Maintaining market share in an ultra-competitive market is no easy task, but Elias is bullish on Lowell’s future and expansion plans. The company recently received approval for a manufacturing license in Los Angeles, and the research-and-development team has been designing and testing new products that meet Lowell’s standards for quality and creativity.
“One of the main things we’re wary of is taking the trust of our customer for granted,” Elias said. “In our R&D, we won’t enter a category unless we are sure we can create a better product. What we’ve created is a brand platform, so the brand side is not just one component—it’s packaging, sales, and an incredible ability to launch the right products at the right time. I’m very excited about 2019.”
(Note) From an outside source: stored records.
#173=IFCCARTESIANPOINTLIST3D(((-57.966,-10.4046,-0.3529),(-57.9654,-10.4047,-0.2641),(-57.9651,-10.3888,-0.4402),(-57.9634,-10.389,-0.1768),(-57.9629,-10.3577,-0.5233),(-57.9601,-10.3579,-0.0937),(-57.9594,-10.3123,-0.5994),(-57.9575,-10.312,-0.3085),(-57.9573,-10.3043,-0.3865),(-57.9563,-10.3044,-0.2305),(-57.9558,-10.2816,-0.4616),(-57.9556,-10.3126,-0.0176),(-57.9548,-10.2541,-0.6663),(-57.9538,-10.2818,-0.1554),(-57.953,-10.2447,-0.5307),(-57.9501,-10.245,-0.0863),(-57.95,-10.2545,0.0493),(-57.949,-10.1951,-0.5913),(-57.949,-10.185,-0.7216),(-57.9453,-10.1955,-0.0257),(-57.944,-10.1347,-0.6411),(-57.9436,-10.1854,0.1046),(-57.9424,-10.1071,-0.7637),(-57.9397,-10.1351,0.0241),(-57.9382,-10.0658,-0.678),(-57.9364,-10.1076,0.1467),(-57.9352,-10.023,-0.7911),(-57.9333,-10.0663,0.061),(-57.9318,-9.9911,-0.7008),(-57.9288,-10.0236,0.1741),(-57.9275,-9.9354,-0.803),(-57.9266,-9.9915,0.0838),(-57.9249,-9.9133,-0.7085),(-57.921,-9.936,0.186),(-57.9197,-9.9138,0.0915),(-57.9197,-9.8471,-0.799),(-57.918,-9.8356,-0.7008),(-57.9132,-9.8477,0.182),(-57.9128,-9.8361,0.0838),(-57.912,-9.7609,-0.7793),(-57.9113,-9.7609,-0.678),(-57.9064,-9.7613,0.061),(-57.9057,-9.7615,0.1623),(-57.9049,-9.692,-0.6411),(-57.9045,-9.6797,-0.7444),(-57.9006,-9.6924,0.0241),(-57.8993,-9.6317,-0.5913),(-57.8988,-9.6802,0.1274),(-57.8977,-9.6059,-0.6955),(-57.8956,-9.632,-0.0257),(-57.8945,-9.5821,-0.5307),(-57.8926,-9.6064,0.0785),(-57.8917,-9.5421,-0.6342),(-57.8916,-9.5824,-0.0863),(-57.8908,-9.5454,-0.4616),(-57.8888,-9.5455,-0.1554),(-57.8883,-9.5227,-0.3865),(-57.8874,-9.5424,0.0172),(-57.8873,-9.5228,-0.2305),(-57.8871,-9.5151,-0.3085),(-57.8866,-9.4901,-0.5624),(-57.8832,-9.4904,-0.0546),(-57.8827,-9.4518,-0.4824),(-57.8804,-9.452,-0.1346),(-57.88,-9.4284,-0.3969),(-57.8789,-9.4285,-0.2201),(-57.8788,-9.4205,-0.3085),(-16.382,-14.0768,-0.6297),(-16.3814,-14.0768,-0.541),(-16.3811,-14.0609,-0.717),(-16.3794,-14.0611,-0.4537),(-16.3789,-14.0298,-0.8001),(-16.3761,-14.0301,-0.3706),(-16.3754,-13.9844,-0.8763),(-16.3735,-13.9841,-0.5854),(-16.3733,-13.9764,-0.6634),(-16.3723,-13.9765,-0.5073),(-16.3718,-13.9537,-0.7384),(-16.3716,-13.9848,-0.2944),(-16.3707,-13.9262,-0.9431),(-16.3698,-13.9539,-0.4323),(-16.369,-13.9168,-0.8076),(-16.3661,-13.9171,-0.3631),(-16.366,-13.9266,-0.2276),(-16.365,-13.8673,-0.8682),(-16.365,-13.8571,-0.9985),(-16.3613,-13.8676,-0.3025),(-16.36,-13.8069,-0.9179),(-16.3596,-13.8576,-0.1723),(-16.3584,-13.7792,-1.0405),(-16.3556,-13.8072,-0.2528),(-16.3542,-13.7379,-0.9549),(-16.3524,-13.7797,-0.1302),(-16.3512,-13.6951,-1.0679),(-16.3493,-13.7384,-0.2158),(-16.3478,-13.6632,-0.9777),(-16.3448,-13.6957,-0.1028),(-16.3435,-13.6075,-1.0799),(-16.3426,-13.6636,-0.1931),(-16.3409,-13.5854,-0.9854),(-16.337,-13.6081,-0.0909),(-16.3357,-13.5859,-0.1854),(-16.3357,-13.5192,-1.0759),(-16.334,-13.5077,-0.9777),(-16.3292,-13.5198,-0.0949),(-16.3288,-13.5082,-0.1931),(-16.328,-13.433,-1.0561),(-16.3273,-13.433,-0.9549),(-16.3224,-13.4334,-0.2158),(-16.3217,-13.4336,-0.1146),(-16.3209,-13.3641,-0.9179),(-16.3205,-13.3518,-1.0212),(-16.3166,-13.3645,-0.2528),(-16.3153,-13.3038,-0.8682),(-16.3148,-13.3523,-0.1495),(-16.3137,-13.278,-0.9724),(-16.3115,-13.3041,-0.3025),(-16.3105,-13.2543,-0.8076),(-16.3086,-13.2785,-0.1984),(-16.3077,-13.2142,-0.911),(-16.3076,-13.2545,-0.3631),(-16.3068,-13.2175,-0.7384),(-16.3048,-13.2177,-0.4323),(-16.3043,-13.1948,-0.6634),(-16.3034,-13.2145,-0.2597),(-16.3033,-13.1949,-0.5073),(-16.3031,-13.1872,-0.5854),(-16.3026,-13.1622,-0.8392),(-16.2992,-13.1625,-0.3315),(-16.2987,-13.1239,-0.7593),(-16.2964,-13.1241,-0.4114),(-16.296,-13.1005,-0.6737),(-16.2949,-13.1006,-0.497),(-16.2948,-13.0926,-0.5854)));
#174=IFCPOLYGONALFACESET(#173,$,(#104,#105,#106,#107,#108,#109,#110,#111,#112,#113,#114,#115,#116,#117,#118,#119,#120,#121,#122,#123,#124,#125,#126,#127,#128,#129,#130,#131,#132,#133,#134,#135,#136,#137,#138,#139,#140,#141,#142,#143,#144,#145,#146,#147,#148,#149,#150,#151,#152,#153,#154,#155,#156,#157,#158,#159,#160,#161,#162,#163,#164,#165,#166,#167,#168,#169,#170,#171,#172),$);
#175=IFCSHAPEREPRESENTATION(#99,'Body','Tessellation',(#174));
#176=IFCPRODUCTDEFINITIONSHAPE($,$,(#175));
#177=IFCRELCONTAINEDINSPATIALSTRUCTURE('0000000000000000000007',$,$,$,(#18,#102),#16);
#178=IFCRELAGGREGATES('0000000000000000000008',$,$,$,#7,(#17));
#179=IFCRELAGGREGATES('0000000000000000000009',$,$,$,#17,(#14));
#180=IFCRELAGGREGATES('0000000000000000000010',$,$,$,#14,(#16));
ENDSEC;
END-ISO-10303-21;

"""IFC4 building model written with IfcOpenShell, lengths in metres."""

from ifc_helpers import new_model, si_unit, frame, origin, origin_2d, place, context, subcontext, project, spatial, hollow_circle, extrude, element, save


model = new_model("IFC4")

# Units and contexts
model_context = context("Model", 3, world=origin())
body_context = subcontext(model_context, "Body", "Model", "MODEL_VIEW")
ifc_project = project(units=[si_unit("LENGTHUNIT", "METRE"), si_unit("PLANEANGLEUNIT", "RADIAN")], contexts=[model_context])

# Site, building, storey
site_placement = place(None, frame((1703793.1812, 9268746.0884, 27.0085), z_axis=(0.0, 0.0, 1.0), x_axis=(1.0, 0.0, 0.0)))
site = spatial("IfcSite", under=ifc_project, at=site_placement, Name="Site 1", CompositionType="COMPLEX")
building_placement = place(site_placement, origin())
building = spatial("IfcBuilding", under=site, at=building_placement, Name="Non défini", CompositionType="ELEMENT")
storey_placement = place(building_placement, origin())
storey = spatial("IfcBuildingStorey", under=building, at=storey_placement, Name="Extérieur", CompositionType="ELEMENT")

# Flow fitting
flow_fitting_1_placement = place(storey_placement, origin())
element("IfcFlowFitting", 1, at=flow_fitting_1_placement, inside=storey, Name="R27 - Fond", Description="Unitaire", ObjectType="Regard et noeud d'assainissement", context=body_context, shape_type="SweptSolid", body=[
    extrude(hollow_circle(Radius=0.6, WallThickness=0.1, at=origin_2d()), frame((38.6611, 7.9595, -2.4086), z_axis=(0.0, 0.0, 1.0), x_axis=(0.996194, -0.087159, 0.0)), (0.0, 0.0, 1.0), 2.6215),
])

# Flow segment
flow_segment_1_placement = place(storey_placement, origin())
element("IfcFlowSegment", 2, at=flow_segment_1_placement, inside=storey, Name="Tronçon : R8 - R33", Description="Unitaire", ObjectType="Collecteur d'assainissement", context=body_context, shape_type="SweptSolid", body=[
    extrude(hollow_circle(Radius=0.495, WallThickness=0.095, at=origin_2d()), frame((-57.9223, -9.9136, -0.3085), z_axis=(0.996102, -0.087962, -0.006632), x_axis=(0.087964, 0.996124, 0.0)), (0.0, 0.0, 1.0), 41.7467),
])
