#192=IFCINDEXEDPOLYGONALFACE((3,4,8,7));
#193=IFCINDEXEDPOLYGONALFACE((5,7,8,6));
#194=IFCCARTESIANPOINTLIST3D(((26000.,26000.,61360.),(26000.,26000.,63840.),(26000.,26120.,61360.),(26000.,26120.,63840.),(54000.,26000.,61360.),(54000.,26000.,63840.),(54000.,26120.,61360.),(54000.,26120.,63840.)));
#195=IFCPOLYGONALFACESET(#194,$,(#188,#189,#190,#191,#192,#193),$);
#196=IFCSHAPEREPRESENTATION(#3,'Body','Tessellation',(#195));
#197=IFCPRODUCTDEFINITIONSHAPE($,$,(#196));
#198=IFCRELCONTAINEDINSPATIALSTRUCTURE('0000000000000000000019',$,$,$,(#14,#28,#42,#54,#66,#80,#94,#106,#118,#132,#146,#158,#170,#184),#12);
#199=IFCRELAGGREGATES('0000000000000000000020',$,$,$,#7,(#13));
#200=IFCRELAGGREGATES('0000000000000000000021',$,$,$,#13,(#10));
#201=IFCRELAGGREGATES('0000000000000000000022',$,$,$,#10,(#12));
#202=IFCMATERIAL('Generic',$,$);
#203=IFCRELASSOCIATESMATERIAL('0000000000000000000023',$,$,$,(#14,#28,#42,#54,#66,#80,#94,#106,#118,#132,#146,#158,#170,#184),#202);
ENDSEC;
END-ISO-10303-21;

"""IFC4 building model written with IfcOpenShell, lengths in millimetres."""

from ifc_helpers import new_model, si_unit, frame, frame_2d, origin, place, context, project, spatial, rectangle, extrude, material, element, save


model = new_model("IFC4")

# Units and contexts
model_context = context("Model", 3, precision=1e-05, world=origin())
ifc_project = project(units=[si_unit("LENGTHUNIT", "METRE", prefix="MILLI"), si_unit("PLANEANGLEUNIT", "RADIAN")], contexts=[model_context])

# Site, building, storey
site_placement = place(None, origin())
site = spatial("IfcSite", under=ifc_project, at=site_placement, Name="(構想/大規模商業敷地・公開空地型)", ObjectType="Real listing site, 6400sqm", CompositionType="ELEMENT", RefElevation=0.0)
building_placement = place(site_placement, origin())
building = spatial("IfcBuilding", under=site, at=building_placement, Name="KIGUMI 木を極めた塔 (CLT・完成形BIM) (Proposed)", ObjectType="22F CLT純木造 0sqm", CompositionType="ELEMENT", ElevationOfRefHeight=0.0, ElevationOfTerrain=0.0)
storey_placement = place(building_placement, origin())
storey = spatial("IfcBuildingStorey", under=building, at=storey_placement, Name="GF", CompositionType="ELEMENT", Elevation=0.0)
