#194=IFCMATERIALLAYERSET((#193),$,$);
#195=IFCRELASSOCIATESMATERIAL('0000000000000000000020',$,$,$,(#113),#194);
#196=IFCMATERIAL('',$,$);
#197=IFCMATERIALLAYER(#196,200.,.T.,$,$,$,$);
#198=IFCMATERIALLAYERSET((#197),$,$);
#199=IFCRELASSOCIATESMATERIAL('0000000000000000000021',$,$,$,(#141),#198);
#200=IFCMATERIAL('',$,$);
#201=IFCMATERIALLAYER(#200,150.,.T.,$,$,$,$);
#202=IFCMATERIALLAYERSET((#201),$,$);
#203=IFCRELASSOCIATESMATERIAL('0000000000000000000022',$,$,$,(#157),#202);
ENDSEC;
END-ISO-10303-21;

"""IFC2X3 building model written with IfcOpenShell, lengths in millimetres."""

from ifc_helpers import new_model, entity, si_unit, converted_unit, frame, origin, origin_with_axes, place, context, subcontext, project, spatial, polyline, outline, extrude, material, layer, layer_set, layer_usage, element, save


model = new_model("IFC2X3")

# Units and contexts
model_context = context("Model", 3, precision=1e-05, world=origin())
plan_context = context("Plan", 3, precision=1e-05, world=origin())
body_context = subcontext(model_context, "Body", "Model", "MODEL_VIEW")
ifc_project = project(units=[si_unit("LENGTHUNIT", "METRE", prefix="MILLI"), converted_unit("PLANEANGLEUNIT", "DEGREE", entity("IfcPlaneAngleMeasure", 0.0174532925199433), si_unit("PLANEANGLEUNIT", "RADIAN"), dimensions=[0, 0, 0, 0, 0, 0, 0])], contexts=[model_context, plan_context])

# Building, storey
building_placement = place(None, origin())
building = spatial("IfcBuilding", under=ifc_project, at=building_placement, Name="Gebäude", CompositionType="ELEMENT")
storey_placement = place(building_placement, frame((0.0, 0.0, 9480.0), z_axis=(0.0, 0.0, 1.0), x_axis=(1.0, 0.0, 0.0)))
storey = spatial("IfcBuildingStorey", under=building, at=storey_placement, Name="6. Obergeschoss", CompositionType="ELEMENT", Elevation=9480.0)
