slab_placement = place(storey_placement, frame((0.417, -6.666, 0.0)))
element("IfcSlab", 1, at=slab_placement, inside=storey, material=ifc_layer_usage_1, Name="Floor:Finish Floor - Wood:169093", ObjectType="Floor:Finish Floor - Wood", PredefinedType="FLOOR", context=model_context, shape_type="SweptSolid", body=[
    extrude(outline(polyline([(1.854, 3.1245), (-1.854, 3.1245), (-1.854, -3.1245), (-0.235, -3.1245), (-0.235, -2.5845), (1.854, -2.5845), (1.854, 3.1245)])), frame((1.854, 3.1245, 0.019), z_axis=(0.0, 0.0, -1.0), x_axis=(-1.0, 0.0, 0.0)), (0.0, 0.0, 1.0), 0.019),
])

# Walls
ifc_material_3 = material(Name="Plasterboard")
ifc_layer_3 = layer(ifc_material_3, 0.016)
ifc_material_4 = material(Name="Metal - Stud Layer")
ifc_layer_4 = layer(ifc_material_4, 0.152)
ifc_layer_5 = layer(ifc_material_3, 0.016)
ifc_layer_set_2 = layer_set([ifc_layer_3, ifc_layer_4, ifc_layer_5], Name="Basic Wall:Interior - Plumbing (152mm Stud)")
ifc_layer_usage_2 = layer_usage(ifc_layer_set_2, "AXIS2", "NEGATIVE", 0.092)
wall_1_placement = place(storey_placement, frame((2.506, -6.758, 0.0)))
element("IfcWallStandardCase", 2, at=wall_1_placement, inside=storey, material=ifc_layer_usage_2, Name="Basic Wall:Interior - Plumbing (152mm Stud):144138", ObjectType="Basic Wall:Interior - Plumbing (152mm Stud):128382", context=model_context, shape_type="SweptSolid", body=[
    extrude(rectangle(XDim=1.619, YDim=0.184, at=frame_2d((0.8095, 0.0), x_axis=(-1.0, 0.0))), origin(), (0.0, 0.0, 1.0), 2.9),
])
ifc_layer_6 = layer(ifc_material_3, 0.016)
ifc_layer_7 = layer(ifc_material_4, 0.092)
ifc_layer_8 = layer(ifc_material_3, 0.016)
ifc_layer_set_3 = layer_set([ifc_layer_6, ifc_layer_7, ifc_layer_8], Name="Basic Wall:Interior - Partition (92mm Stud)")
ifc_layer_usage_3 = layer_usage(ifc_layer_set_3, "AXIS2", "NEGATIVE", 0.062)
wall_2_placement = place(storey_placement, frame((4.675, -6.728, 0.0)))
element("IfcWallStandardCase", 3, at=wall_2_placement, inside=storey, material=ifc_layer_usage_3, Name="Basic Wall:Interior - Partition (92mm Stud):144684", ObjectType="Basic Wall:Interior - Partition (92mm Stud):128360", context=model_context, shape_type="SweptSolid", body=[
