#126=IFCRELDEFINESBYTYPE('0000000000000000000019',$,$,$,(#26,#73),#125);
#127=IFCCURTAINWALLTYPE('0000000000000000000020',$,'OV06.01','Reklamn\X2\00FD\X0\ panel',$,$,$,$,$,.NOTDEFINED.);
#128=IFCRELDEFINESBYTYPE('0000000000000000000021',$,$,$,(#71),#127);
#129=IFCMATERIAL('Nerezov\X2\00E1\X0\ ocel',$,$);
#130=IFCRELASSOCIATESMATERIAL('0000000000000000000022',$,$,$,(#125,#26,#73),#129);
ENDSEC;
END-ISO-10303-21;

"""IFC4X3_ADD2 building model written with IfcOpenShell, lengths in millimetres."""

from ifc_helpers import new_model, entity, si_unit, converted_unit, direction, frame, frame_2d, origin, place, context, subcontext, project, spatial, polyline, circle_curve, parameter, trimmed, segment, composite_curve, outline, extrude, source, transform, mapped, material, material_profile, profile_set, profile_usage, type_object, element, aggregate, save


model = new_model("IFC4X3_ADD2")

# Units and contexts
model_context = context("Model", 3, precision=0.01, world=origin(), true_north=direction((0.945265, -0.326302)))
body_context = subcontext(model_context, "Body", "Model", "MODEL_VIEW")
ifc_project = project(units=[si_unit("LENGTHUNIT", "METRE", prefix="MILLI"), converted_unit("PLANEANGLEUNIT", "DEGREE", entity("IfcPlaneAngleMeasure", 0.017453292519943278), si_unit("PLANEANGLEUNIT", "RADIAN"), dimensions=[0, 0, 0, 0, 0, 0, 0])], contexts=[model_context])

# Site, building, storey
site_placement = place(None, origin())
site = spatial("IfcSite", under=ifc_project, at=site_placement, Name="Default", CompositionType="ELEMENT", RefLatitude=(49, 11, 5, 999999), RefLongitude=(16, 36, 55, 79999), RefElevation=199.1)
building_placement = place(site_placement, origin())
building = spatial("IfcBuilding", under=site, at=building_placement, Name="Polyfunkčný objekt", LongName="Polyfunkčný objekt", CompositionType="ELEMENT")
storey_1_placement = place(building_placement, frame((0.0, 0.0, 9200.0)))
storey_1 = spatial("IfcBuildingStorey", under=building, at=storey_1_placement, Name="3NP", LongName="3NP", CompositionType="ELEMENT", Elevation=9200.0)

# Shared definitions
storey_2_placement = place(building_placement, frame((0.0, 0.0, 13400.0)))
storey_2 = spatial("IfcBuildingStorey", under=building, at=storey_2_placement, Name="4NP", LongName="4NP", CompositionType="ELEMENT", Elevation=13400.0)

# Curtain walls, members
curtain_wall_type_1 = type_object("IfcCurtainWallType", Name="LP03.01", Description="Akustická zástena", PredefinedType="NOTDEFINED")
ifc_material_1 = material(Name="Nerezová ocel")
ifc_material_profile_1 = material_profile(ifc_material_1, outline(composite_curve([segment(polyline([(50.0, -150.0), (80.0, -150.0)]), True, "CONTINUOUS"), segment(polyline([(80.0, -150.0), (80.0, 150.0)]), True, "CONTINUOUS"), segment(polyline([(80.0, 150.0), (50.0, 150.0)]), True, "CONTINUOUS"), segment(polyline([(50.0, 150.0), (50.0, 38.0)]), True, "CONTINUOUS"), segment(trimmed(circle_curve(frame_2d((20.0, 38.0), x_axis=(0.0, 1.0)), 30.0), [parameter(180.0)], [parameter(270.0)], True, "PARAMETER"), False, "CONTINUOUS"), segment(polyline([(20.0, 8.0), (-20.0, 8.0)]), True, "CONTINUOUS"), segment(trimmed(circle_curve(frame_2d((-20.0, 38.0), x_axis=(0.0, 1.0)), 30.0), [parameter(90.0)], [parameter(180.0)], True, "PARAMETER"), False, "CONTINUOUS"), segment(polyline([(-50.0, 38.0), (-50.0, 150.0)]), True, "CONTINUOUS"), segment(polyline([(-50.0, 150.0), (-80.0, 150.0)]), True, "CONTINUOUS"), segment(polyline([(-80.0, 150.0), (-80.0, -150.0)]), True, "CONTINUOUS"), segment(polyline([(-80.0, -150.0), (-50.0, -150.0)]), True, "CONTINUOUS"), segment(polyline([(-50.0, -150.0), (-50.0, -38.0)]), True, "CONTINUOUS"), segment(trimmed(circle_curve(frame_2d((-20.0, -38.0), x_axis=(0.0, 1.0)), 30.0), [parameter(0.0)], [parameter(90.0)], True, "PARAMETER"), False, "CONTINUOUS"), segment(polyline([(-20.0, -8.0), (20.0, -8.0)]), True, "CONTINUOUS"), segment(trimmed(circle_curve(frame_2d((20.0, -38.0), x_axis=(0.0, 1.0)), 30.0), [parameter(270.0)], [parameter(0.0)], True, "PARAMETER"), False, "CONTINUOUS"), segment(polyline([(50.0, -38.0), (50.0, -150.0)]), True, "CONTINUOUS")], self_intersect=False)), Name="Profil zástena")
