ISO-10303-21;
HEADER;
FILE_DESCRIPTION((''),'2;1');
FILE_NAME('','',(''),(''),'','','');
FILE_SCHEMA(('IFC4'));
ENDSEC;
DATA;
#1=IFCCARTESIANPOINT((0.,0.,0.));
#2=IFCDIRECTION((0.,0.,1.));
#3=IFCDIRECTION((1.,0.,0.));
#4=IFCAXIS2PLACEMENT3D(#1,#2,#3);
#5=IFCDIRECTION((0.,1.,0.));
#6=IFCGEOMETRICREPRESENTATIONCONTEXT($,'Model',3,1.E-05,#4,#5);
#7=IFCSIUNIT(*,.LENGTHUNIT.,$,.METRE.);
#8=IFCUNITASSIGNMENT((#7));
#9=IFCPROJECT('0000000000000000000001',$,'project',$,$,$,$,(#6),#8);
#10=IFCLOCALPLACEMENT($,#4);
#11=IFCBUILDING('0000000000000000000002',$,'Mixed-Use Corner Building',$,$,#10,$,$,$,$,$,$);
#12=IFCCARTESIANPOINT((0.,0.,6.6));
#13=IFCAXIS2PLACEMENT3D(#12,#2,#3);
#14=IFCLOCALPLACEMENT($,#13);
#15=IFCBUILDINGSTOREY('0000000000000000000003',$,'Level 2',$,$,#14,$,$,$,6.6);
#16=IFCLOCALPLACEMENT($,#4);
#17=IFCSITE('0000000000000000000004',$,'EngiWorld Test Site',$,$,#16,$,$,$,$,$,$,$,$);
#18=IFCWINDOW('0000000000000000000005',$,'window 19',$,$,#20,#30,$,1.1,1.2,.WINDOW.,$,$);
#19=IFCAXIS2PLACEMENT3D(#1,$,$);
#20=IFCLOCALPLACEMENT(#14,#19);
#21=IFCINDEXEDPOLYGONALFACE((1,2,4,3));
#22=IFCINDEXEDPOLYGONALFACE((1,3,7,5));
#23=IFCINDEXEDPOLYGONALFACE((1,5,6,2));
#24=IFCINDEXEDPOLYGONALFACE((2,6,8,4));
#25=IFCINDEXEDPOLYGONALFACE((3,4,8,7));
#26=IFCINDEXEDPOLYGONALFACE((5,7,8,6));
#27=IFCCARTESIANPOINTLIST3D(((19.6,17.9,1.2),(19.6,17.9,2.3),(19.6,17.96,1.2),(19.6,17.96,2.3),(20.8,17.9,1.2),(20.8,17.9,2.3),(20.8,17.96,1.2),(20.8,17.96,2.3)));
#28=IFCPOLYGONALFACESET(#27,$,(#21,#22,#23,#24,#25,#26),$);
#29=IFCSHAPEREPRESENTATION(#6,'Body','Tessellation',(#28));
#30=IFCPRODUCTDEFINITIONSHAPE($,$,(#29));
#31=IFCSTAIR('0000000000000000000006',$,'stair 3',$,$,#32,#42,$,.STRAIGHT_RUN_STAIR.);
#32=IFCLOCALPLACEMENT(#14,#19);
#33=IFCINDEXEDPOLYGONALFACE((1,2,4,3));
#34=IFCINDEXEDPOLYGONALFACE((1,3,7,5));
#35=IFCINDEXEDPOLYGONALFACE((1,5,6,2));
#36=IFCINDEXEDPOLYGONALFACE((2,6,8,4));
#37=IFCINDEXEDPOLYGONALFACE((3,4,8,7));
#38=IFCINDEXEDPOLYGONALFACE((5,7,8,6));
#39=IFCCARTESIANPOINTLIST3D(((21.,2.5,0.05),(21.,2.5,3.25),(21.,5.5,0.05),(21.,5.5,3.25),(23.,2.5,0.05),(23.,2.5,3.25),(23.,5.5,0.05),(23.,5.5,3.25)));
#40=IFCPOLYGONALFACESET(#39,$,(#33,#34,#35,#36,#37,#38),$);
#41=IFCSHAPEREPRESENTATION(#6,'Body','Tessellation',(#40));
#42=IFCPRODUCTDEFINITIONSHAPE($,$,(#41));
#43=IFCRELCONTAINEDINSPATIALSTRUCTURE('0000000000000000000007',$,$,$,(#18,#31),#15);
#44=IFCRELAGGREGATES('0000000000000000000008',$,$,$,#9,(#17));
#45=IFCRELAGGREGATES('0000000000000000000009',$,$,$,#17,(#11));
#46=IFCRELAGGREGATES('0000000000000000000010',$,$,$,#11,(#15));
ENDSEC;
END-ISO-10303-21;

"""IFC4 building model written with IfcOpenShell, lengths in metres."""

from ifc_helpers import new_model, si_unit, direction, frame, origin_with_axes, origin_2d_with_axis, place, context, project, spatial, rectangle, extrude, element, save


model = new_model("IFC4")

# Units and contexts
model_context = context("Model", 3, precision=1e-05, world=origin_with_axes(), true_north=direction((0.0, 1.0, 0.0)))
ifc_project = project(units=[si_unit("LENGTHUNIT", "METRE")], contexts=[model_context])

# Site, building, storey
site_placement = place(None, origin_with_axes())
site = spatial("IfcSite", under=ifc_project, at=site_placement, Name="EngiWorld Test Site")
building_placement = place(None, origin_with_axes())
building = spatial("IfcBuilding", under=site, at=building_placement, Name="Mixed-Use Corner Building")
storey_placement = place(None, frame((0.0, 0.0, 6.6), z_axis=(0.0, 0.0, 1.0), x_axis=(1.0, 0.0, 0.0)))
storey = spatial("IfcBuildingStorey", under=building, at=storey_placement, Name="Level 2", Elevation=6.6)

# Window
for number, where, z_axis, x_axis, name in (
    (1, (20.2, 17.93, 7.8), (0.0, 0.0, 1.0), (1.0, 0.0, 0.0), "window 19"),
):
    element("IfcWindow", number, at=place(None, frame(where, z_axis=z_axis, x_axis=x_axis)), inside=storey, Name=name, OverallHeight=1.1, OverallWidth=1.2, PredefinedType="WINDOW", context=model_context, shape_type="SweptSolid", body=[
        extrude(rectangle(XDim=1.2, YDim=0.06, at=origin_2d_with_axis()), origin_with_axes(), (0.0, 0.0, 1.0), 1.1),
    ])

# Stair
stair_placement = place(None, frame((22.0, 4.0, 6.65), z_axis=(0.0, 0.0, 1.0), x_axis=(1.0, 0.0, 0.0)))
element("IfcStair", 2, at=stair_placement, inside=storey, Name="stair 3", PredefinedType="STRAIGHT_RUN_STAIR", context=model_context, shape_type="SweptSolid", body=[
    extrude(rectangle(XDim=2.0, YDim=3.0, at=origin_2d_with_axis()), origin_with_axes(), (0.0, 0.0, 1.0), 3.2),
])

save(model, "model.ifc")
One of the ways Lowell develops new product ideas is by tapping the people on the retail front lines: budtenders, who say it can be difficult to explain how different strains may impact individual users. Experience depends on a variety of factors beyond anyone’s control: health, tolerance, and preferences, among other variables. To help consumers better understand the taste and effects of different strains, Lowell developed a variety pack—seven single-strain hybrids, sativas, and indicas, pre-rolled into half-gram joints. Lowell also invites budtenders into its headquarters to educate them about the nuances of its products and give them an up-close look at the company’s work culture and milieu.
About two-thirds of the company’s revenues still derive from simple, elegant packs of smokes, but Elias is eager to expand the product line, slowly but surely.
“Expansions need to be well-thought-through, and it’s not about being in every market,” he said. “We spend a considerable amount of time and energy thinking about issues and concerns on products that have not yet been created or haven’t been brought to commercialization. We have a great R&D team working on different product considerations, and we’re taking a close look at those opportunities.”
He said one of the opportunities was a no-brainer: jumping head-first into the exploding CBD market. This spring, the company launched Lowell CBD Smokes, a pack of joints made from “the highest quality, phytocannabinoid-rich hemp containing a full spectrum of cannabinoids such as CBD, CBG, CBN, CBC, and terpenes.” Because the herb contains only trace amounts of THC, the company is able to sell the CBD Smokes through its website and in stores across the U.S.
A weed lounge fit for the stars
As Elias and crew built the Lowell brand over the past two years, they interacted with a diverse community of industry operators, tastemakers, and enthusiasts by hosting harvest parties and tastings. The events provided real-time, real life feedback about new products and plans.
“Customers are finding brands they love. The demand we see at retail is not from tricky sales programming.”
Now Elias intends to open that experience to a wider audience with the launch of a branded weed lounge and café located in one of the hippest ’hoods on the West Coast. The company recently secured a license to operate a consumption lounge in West Hollywood, and Elias feels certain the destination will become the spot to light up when it opens in June. The Cannabis Café will be a “Mediterranean oasis, hidden from the street up a guarded elevator” and offer fresh-pressed juices, artisan roasted coffee, and food sourced from local farms that can be infused, at the guest’s direction, with THC and/or CBD. The chef, Andrea Drummer, has worked for Michelin Star chefs and renowned restaurateurs such as Neal Fraser and Thomas Keller and is a budding star in the cannabis-infused food scene.
As he contemplates rolling out Lowell in more locations along the West Coast—the company recently set up shop in Oregon and has plans for Washington state and Nevada—Elias doesn’t take his early success for granted. With experience at his back, he knows what it takes to keep the ball rolling.
“The past two years have been the most challenging of my life,” Elias said. “In all of my business experience over twenty years, when people ask me about this industry, I say, ‘Take the hardest activity you’ve ever had and multiply it by ten.’ That’s every single day I’m awake.”